Fig. 1. FCC sulfur chemistry mechanism showing primary reactions (1) which produce olefins, H2S, mercaptans (R-SH), thiophenes (R-T), benzothiophenes (R-BzT), dibenzothiophenes (R-dBzT) and coke. Secondary reactions are also shown: (2) H2S-olefin reversible recombination to produce mercaptans; (3) mercaptan cyclization to produce tetrahydrothiophene (R-THT); (4) dehydrogenation to produce thiophene from tetrahydrothiophene; and (5) condensation reactions which produce heavier sulfur derivatives from lighter precursors.
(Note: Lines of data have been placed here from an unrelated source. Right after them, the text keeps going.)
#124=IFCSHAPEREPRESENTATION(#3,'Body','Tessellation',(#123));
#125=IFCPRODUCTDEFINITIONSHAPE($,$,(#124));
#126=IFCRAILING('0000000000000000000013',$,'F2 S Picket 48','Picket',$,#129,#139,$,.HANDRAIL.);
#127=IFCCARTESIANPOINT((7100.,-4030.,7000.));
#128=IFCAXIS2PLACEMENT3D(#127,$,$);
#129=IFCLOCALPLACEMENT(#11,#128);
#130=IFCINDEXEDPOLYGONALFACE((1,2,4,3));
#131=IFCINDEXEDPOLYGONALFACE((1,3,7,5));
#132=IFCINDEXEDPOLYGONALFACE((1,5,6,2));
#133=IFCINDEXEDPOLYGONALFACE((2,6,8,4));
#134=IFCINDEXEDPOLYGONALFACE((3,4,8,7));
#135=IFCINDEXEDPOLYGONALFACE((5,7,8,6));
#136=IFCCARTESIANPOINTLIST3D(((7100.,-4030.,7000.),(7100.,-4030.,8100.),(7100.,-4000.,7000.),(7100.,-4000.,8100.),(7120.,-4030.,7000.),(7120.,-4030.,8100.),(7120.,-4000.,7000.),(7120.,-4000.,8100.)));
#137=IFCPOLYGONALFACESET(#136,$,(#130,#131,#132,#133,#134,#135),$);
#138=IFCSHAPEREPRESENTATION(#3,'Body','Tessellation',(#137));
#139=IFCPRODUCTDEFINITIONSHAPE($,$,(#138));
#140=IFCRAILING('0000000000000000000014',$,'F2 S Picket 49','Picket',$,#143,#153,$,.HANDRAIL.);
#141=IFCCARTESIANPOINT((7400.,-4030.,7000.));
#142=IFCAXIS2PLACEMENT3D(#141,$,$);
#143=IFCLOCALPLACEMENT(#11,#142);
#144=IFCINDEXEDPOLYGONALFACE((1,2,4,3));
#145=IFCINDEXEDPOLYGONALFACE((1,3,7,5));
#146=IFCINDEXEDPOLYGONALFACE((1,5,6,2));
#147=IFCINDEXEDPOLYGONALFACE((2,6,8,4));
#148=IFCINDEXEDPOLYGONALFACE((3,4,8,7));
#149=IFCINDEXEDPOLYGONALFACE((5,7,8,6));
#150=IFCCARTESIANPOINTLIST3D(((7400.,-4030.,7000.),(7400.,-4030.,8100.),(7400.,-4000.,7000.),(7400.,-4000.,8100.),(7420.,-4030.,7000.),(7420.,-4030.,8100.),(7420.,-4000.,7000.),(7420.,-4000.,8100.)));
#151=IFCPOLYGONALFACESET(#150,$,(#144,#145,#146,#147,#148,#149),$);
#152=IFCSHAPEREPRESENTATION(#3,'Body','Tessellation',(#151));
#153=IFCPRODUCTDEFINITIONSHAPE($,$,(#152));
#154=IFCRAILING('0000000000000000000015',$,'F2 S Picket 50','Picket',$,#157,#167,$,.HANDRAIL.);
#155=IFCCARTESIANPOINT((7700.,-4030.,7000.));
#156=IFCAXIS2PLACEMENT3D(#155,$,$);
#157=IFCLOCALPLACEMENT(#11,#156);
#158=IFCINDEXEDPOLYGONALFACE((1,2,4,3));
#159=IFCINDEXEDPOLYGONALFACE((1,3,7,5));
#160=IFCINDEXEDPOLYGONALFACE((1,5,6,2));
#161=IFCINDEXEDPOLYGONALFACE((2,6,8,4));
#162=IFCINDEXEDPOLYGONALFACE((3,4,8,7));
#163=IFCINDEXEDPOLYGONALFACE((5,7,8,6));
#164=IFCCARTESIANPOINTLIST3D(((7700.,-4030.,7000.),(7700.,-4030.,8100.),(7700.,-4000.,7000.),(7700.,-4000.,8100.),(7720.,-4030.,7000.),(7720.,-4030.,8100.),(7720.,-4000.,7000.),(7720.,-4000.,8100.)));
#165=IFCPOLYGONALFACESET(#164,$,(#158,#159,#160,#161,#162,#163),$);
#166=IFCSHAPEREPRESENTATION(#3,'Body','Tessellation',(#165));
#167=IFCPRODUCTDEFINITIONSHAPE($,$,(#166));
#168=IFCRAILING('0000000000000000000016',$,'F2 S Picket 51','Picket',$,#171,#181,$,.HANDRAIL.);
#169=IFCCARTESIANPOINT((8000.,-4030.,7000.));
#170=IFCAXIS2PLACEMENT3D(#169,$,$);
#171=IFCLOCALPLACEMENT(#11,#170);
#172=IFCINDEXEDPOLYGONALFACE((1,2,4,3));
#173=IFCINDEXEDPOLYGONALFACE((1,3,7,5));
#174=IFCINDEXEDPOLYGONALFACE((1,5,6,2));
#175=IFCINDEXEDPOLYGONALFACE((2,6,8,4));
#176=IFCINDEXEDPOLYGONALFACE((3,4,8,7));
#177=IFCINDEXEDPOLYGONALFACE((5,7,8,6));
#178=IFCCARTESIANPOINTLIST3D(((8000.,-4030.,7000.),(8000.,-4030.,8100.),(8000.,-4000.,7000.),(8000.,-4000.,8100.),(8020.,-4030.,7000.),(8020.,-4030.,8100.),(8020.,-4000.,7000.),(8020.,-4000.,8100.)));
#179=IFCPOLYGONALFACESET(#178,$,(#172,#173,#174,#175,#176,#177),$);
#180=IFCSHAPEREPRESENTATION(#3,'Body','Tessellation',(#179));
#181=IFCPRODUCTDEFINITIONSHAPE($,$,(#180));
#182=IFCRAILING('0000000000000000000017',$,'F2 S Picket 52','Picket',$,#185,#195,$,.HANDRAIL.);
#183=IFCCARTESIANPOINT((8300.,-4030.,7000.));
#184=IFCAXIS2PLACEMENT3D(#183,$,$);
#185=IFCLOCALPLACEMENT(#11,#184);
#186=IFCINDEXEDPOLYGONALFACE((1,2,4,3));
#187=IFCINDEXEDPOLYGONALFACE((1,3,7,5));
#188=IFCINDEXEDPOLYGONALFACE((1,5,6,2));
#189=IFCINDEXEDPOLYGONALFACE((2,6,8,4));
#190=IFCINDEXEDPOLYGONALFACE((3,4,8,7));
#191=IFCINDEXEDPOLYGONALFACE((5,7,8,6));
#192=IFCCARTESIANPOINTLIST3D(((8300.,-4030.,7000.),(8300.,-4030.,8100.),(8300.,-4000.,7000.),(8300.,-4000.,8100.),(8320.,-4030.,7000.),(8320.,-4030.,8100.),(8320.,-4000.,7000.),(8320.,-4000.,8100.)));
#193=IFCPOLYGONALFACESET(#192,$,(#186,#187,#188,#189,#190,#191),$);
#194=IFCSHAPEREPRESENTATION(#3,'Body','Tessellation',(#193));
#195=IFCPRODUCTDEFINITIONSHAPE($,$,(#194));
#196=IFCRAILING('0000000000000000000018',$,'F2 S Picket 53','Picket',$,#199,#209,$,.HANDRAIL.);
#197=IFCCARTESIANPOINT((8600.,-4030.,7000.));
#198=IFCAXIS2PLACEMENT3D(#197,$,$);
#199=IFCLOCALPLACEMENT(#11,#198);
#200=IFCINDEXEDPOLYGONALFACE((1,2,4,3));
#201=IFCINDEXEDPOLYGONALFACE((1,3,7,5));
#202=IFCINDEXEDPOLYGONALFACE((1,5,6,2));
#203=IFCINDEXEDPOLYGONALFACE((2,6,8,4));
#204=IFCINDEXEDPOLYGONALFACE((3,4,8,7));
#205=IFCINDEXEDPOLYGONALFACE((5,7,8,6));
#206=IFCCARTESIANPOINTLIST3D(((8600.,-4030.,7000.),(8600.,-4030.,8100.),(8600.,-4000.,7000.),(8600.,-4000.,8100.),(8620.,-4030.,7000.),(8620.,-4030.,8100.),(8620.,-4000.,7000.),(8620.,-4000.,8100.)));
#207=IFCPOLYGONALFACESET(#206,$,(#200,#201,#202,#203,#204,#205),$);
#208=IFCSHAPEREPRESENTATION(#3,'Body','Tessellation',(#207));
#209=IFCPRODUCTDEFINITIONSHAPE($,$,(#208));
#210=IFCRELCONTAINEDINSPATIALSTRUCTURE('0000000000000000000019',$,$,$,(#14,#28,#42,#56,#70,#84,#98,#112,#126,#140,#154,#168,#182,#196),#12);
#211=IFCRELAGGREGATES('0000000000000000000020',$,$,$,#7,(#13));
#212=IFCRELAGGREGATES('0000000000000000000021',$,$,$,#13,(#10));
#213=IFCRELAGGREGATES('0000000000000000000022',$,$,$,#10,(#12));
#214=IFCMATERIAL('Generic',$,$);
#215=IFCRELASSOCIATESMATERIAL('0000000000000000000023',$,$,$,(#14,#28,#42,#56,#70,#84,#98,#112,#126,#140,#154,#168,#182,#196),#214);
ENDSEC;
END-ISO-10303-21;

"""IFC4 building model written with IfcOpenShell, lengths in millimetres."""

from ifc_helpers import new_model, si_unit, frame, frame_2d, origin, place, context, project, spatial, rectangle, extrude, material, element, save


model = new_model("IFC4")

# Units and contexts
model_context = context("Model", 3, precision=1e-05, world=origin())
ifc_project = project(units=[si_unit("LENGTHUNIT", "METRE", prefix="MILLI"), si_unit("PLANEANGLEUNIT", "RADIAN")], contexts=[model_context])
The possible sulfur contaminants identified at the time that could generate the observed gasoline sulfur would require the formation of the gasoline thiophenic species starting from a generic sulfur source that would first be converted to H2S and than to the gasoline range sulfur species by combining with intermediate hydrocarbons produced in the triglyceride cracking. Follow up experiments in the laboratory produced results which demonstrated that the H2S-olefins to thiophenes mechanism was capable of producing the gasoline sulfur species in the concentrations observed in the soybean oil cracking experiment. This mechanism is probably more important than previously thought in conventional FCC and presents an alternative explanation to the mode of action of ZnO based gasoline sulfur reduction additives.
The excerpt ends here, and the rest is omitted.